From our graph we can clearly see increased areas of kill activity going down the 3 lanes (top, mid, bot) especially the mid lane, as well as within the river (diagonally top left to bottom right) for both kills made by teams starting on the blue side and red side. Clear hexagons indicate no kills were recorded there, and from a image of the map one can see that it is because of terrain occupying that area. League map We also see the highest gradient hexagon for blue side kills within the Baron pit, a semi-circle within which a neutral boss can be fought, the killer of which receives a big gold boost and temporary buff to all their teammates. Knowing that these areas have a high kill amount, players should be wary when in these areas especially if they are playing on the red side. It seems that the red side has a unique disadvantage given that the walls of the objective only face them. Further investigating this disparity between sides we decided to run a binomial test against the win-rates given side across all competitive games. Players should be wary of this statistical difference in sides, but as the sides are decided randomly they cannot do anything about it.

## 
##  Exact binomial test
## 
## data:  wins
## number of successes = 4146, number of trials = 7620, p-value =
## 1.452e-14
## alternative hypothesis: true probability of success is not equal to 0.5
## 95 percent confidence interval:
##  0.5328311 0.5553241
## sample estimates:
## probability of success 
##              0.5440945

With a p-value of close to 0, we reject the null that the side one team gets is independent from their outcome, noting therefore there is some relationship between side and winning. We see from our code that those teams that are on the blue side had a 54.40945% win rate, thus our previous investigation into the map shape and kill locations may have played a role in deciding the outcome of games given that the difference in sides is statistically significant.

Conclusion

Through our research questions and investigation into this League of Legends dataset we hope to have provided insights into the nature of League of Legend’s competitive scene and the ways in which games are won and lost. We noted the dominance of SKT, as other teams were trying to catch up to and try to improve their skills while SKT had over 90 games won since 2015. We also saw that each year there is a variety of top 5 teams that get the most teams while 1 or 2 teams stay consistently in the top 5. Furthermore, we concluded a greater trend about this game that each year teams are improving to win more and more games as the game gets more competitive because the amount of games that teams win increases. We can also conclude that there are more games being held in League of Legends probably because the popularity is growing year by year. Moreover, we made the inference that the most popular champion are the strongest champions as they are picked the most often. It is rare to see champions being the most popular in consecutive years, which suggests that the game developers change the champions’ stats (abilities, powers) when they get too strong as they do not want a couple champions to dominate the game. We can infer that game developers like to increase the power of weaker champion and decrease the power of stronger champions to add variety to the game.
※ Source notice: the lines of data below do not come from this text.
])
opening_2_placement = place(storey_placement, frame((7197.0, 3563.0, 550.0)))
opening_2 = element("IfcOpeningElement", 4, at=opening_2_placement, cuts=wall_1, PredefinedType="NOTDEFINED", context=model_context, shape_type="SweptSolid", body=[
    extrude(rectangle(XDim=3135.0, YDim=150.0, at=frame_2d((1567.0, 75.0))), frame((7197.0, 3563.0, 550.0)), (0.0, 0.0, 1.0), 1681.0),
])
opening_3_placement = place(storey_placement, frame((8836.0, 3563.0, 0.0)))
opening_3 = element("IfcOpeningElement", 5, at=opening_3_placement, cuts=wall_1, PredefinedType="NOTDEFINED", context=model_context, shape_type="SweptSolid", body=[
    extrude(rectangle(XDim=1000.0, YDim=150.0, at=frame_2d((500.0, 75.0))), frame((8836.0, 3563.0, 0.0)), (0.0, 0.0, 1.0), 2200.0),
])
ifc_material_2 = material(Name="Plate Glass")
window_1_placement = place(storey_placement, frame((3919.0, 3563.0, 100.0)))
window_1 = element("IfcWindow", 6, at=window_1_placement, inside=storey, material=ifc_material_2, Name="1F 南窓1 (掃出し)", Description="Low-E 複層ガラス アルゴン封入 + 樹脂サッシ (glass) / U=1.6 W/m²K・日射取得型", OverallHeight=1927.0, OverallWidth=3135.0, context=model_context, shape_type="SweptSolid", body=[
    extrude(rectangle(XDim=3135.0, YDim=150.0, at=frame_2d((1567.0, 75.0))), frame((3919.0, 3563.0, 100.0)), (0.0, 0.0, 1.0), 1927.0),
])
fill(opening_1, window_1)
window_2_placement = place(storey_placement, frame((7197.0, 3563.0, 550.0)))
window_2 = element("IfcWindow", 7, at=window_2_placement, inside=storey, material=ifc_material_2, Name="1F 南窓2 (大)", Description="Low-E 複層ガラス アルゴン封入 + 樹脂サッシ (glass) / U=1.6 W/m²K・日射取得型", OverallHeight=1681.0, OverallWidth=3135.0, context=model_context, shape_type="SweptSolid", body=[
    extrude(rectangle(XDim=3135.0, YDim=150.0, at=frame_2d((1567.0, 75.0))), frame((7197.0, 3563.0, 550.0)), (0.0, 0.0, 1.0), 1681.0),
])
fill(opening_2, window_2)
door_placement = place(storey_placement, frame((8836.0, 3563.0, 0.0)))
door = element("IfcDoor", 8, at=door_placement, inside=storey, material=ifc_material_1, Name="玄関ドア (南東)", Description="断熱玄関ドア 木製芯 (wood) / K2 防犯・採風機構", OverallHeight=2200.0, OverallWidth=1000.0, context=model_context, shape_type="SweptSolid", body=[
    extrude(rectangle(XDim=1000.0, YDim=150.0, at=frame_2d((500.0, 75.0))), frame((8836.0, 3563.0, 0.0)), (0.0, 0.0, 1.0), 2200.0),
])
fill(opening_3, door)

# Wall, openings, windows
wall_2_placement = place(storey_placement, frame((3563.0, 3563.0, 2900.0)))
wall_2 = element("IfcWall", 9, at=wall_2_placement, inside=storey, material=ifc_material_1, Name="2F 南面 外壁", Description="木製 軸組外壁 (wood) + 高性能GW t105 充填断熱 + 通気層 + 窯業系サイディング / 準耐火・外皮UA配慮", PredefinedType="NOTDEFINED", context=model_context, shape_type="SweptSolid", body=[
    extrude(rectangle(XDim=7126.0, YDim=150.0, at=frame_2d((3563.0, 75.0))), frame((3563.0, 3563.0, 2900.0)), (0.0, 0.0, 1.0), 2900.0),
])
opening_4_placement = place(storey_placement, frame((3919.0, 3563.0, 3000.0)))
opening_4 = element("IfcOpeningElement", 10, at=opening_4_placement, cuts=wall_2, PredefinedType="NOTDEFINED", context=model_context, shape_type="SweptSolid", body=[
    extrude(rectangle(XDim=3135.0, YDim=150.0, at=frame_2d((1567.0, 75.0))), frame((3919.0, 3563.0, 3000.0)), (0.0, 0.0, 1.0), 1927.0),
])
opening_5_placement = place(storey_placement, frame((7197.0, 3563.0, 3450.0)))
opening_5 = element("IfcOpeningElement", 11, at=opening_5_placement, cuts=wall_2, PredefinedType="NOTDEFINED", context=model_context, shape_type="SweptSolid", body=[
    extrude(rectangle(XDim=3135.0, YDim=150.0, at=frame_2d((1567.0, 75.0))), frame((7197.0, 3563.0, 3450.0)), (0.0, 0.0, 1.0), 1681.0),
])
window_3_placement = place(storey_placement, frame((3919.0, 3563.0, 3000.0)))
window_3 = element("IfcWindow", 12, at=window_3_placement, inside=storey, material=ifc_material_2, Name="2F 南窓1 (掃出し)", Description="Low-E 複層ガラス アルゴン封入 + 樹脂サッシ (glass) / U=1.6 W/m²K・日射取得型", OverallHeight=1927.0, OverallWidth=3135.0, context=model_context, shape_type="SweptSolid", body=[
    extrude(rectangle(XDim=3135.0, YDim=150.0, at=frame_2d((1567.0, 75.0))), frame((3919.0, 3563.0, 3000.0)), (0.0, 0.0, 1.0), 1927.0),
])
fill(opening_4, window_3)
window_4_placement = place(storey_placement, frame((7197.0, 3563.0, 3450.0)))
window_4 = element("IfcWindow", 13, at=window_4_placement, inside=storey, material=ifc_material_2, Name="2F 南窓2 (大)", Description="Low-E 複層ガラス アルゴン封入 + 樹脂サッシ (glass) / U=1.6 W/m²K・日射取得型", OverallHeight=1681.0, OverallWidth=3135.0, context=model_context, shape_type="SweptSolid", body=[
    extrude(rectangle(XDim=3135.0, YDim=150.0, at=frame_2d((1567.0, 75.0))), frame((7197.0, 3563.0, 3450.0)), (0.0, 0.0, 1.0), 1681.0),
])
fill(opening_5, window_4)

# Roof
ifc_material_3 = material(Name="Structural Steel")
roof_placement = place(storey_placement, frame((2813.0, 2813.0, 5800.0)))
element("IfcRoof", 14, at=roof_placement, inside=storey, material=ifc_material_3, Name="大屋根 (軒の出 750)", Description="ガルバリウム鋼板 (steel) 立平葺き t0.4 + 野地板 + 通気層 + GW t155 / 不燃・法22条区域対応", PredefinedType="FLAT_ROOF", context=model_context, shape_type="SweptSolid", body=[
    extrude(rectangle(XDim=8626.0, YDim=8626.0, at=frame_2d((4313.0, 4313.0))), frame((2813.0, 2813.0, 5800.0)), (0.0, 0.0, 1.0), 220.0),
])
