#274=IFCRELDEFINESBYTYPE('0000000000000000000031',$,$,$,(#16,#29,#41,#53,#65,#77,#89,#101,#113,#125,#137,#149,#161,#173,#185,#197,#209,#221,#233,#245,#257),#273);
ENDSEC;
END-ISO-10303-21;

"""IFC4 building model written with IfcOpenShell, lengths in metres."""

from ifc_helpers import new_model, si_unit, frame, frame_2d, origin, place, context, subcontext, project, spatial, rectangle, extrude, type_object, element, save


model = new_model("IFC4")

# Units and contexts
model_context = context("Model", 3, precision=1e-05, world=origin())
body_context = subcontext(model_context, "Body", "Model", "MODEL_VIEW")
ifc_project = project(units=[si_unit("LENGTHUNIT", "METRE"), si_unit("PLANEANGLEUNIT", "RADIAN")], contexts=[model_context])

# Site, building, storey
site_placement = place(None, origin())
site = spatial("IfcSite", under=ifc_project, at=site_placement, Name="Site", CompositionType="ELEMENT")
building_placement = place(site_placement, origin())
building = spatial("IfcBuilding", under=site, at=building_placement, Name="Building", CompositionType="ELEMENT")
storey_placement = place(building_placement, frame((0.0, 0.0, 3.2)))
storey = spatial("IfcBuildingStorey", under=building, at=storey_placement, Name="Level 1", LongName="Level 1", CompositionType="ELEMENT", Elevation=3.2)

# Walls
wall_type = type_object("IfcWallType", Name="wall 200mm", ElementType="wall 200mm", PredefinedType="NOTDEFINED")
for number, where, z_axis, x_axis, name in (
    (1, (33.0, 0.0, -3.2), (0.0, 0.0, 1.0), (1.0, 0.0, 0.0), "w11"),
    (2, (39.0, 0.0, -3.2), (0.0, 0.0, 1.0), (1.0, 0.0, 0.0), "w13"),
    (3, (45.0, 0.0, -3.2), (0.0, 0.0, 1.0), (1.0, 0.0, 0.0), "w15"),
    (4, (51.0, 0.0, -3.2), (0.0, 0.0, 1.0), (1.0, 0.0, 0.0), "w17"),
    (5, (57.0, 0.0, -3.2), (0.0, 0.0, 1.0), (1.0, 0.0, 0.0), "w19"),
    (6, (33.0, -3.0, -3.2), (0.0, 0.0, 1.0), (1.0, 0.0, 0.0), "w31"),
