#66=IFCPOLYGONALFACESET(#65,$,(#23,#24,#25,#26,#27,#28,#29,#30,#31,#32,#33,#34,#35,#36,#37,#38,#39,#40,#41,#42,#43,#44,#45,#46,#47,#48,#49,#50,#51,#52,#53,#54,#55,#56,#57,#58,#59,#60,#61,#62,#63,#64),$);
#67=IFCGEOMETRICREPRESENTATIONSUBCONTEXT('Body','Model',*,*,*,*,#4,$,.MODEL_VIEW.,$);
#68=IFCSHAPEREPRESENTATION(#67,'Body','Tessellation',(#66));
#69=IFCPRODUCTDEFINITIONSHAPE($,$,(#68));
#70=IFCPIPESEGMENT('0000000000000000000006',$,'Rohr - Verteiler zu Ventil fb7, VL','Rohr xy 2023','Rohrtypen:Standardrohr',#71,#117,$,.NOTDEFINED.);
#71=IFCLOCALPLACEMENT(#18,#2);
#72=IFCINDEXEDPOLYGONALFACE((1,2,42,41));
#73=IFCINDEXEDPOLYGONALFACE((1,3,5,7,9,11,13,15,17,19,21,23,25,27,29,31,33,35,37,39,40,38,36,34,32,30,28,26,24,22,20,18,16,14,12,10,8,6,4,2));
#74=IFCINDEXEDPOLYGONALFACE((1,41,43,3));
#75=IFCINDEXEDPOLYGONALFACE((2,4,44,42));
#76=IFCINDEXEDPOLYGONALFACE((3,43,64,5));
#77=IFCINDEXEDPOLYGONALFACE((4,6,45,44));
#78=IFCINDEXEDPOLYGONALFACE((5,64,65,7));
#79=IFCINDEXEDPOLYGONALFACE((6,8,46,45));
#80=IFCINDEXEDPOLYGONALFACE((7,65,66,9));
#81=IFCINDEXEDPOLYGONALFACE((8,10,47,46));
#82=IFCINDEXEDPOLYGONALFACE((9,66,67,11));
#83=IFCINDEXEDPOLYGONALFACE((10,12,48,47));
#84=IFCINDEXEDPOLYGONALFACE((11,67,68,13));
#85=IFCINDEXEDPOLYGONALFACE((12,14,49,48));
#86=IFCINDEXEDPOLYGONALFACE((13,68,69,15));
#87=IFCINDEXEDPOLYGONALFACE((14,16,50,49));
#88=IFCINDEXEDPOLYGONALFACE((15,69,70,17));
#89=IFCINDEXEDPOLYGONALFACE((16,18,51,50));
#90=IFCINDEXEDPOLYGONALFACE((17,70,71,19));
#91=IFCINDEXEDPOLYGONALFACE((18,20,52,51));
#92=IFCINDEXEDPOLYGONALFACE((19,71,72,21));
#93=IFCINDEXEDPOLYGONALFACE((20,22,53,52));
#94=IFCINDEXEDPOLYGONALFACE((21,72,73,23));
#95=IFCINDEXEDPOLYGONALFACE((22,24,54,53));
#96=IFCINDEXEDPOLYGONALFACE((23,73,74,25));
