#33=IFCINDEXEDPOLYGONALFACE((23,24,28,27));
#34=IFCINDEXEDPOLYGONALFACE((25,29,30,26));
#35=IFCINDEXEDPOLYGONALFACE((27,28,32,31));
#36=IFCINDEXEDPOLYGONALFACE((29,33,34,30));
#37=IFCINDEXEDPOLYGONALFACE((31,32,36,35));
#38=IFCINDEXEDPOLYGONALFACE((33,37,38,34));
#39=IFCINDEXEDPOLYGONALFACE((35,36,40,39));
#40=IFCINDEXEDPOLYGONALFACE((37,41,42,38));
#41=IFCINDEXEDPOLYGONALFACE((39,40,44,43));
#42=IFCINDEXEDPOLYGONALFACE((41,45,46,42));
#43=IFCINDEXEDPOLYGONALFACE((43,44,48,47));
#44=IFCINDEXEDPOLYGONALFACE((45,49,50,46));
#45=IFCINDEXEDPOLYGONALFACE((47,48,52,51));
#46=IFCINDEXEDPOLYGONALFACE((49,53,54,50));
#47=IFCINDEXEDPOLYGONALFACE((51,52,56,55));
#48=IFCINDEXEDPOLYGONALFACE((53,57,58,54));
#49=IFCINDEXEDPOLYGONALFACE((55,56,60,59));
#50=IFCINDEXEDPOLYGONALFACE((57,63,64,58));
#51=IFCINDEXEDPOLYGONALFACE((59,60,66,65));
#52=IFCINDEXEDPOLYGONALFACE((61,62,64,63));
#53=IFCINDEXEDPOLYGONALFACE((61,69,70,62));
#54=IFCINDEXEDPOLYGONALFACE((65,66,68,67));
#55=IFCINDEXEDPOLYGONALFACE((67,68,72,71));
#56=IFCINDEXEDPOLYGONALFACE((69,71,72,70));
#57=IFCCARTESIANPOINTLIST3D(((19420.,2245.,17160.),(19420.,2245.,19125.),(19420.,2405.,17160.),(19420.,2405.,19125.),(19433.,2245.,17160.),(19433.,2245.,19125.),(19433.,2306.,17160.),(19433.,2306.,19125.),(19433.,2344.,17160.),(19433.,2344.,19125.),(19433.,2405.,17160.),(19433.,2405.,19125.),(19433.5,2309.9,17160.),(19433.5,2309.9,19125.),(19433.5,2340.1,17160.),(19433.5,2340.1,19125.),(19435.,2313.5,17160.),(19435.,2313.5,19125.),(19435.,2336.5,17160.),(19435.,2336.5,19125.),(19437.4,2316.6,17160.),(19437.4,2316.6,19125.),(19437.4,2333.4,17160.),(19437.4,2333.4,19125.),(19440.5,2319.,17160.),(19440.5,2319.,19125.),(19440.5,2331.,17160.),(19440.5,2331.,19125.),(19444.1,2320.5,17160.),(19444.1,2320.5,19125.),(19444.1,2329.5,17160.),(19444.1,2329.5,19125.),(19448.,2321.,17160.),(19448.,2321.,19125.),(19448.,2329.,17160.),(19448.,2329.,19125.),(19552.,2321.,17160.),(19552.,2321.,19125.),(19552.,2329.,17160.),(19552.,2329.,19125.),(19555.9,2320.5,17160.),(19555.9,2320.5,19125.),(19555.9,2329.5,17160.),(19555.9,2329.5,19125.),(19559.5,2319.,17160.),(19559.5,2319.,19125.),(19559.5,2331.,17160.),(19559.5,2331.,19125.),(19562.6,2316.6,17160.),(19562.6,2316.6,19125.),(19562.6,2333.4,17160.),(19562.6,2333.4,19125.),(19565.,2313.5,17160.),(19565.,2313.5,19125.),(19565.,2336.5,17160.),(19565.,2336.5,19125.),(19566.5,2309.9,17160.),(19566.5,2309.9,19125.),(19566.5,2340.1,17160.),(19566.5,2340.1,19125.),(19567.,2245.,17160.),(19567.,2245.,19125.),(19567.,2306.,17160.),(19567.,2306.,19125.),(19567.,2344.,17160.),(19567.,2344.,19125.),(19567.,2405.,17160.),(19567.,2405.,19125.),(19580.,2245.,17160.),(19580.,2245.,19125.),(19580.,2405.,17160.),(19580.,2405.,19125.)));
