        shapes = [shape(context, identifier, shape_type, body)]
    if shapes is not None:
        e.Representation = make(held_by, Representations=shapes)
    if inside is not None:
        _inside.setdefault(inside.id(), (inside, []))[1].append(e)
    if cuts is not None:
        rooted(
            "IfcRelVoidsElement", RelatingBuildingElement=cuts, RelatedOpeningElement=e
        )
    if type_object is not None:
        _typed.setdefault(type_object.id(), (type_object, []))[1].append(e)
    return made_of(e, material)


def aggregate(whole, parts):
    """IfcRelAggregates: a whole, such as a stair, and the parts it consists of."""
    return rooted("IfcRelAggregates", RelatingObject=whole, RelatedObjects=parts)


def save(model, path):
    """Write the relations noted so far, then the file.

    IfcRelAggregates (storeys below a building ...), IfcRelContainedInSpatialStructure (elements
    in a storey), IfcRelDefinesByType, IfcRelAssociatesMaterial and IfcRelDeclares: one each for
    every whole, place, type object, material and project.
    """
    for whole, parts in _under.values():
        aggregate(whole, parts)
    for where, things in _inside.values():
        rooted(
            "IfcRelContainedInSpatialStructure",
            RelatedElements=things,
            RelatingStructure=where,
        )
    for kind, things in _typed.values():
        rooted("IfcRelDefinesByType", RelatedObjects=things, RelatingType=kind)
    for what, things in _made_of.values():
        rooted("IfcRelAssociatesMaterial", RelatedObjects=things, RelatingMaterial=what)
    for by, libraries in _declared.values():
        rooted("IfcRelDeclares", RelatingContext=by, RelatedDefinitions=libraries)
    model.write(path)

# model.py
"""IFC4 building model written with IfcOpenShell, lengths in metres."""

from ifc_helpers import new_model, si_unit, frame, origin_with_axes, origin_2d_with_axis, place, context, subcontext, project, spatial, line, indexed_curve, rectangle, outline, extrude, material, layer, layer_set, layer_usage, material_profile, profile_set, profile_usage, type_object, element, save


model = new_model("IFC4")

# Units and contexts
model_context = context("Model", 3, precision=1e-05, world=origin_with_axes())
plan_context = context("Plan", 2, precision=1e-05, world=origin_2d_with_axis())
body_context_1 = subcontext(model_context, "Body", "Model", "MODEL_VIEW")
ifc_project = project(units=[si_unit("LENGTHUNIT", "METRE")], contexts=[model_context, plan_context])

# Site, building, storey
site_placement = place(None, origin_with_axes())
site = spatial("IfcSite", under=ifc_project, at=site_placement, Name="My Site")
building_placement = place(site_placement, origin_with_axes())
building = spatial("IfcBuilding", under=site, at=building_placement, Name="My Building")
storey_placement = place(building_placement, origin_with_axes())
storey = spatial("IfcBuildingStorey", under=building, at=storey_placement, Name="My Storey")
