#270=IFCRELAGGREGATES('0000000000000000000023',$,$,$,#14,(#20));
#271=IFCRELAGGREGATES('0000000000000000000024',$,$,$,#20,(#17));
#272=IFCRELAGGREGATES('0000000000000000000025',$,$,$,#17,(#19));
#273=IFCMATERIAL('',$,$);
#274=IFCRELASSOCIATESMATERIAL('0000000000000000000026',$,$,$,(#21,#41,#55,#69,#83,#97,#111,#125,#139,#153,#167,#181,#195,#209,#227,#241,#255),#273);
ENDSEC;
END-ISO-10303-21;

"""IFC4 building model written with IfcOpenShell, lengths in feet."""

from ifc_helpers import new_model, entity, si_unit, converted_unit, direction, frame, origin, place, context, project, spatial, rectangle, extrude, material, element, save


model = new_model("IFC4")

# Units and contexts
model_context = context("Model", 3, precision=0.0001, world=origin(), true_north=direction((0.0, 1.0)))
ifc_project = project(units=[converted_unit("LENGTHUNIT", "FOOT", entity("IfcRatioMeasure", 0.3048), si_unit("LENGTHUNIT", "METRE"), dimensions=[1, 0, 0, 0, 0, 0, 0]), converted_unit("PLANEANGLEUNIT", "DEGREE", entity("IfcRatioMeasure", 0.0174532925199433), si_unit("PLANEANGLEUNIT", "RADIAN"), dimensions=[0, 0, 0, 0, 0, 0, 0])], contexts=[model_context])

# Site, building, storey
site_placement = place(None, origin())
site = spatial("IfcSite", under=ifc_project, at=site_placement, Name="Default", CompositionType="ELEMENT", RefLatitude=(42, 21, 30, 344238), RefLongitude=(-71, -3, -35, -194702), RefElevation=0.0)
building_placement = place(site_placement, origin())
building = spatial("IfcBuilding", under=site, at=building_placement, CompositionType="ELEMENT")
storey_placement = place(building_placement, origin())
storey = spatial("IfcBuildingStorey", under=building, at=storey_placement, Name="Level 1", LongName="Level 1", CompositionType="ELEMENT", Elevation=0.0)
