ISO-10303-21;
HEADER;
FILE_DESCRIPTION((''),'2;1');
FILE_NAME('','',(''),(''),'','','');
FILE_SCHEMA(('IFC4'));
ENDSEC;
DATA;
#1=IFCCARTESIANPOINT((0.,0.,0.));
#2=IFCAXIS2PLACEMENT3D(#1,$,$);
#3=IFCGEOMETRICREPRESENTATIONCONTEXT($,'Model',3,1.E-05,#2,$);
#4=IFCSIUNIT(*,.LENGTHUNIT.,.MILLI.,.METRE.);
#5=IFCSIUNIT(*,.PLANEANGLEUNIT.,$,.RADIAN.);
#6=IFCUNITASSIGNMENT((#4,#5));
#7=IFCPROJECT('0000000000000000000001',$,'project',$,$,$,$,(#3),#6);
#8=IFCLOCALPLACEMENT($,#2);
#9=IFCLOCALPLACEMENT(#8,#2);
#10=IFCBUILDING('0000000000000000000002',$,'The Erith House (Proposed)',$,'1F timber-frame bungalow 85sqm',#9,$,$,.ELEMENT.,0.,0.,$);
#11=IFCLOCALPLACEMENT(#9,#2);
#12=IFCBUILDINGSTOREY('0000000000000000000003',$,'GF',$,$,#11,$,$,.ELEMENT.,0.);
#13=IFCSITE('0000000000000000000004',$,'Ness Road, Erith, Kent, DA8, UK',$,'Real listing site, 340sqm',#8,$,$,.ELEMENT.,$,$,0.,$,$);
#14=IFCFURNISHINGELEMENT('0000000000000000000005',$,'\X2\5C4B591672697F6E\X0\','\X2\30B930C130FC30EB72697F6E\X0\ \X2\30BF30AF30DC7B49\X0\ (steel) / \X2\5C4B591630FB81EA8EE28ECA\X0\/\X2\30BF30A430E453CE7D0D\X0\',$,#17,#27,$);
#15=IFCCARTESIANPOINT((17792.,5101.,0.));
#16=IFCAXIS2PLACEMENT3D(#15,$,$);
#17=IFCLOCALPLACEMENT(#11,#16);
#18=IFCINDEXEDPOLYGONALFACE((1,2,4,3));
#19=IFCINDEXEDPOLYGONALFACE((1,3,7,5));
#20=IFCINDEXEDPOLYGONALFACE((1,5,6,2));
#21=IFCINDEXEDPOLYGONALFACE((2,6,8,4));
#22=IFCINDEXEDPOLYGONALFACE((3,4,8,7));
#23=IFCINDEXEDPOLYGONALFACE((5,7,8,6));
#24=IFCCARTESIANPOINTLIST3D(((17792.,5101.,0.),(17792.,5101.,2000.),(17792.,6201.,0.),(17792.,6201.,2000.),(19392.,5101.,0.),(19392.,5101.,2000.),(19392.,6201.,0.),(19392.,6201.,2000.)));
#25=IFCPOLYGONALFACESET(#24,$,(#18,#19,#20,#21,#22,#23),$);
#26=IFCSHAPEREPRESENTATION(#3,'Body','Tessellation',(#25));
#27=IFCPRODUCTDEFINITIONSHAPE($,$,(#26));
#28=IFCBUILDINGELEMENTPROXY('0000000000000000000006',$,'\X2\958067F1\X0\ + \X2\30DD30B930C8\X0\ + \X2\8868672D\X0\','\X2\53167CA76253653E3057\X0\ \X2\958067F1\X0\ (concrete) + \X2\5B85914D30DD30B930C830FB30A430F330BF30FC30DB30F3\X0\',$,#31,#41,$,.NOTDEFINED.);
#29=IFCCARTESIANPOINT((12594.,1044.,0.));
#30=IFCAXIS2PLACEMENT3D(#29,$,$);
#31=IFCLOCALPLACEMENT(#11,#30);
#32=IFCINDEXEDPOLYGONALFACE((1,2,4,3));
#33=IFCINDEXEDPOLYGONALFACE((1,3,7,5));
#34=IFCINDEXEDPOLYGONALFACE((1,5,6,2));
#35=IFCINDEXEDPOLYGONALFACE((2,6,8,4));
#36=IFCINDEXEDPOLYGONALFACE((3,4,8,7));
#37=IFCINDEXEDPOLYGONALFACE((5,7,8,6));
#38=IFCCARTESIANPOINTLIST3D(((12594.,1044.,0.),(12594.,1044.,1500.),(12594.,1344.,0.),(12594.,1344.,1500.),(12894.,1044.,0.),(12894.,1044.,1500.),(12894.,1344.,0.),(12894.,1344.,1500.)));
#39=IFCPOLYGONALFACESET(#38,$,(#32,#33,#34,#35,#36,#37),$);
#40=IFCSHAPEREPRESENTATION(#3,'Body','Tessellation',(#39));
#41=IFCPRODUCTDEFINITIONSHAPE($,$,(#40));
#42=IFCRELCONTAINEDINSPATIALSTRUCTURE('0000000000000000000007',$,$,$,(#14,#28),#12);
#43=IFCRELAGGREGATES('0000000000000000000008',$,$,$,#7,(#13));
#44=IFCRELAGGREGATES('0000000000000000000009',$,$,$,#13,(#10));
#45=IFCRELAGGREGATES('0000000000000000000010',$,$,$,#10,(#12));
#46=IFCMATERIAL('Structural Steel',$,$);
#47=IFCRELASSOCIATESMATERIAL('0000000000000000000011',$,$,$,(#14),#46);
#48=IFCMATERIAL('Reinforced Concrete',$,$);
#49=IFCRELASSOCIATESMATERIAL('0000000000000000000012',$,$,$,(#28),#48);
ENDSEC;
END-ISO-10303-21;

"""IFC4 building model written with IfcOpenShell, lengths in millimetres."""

from ifc_helpers import new_model, si_unit, frame, frame_2d, origin, place, context, project, spatial, rectangle, extrude, material, element, save


model = new_model("IFC4")

# Units and contexts
model_context = context("Model", 3, precision=1e-05, world=origin())
ifc_project = project(units=[si_unit("LENGTHUNIT", "METRE", prefix="MILLI"), si_unit("PLANEANGLEUNIT", "RADIAN")], contexts=[model_context])

# Site, building, storey
site_placement = place(None, origin())
site = spatial("IfcSite", under=ifc_project, at=site_placement, Name="Ness Road, Erith, Kent, DA8, UK", ObjectType="Real listing site, 340sqm", CompositionType="ELEMENT", RefElevation=0.0)
building_placement = place(site_placement, origin())
building = spatial("IfcBuilding", under=site, at=building_placement, Name="The Erith House (Proposed)", ObjectType="1F timber-frame bungalow 85sqm", CompositionType="ELEMENT", ElevationOfRefHeight=0.0, ElevationOfTerrain=0.0)
storey_placement = place(building_placement, origin())
storey = spatial("IfcBuildingStorey", under=building, at=storey_placement, Name="GF", CompositionType="ELEMENT", Elevation=0.0)

# Shared definitions
ifc_material_1 = material(Name="Reinforced Concrete")

# Shared definitions
ifc_material_2 = material(Name="Structural Steel")

# Furnishing element
furnishing_1_placement = place(storey_placement, frame((17792.0, 5101.0, 0.0)))
element("IfcFurnishingElement", 1, at=furnishing_1_placement, inside=storey, material=ifc_material_2, Name="屋外物置", Description="スチール物置 タクボ等 (steel) / 屋外・自転車/タイヤ収納", context=model_context, shape_type="SweptSolid", body=[
    extrude(rectangle(XDim=1600.0, YDim=1100.0, at=frame_2d((800.0, 550.0))), frame((17792.0, 5101.0, 0.0)), (0.0, 0.0, 1.0), 2000.0),
])

# Building element proxy
proxy_placement = place(storey_placement, frame((12594.0, 1044.0, 0.0)))
element("IfcBuildingElementProxy", 2, at=proxy_placement, inside=storey, material=ifc_material_1, Name="門柱 + ポスト + 表札", Description="化粧打放し 門柱 (concrete) + 宅配ポスト・インターホン", PredefinedType="NOTDEFINED", context=model_context, shape_type="SweptSolid", body=[
    extrude(rectangle(XDim=300.0, YDim=300.0, at=frame_2d((150.0, 150.0))), frame((12594.0, 1044.0, 0.0)), (0.0, 0.0, 1.0), 1500.0),
])

save(model, "model.ifc")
We also noted that between regions the most popular champions differed, indicating that different leagues have different competitive scenes and strategies to win. Additionally we found that most games last between 20 minutes and 60 minutes, with few outliers of games lasting beyond 60 minutes in EULCS, LCK, LJL, LMS, NALCS, TCL and at the Worlds Championship. Finally, newcomers to League of Legends will find of particular interest after the choices made within the competitive scene for champion picks the inherent benefit of playing on the blue side vs. red. We hope that those interested in the competitive scene itself will find the insights into popular teams and their performances across the years potentially useful in correlation to their favorite players and how such player‘s may or may not have contributed to their favorite team’s success over time, and we hope our insights will be beneficial and informative to all who view them.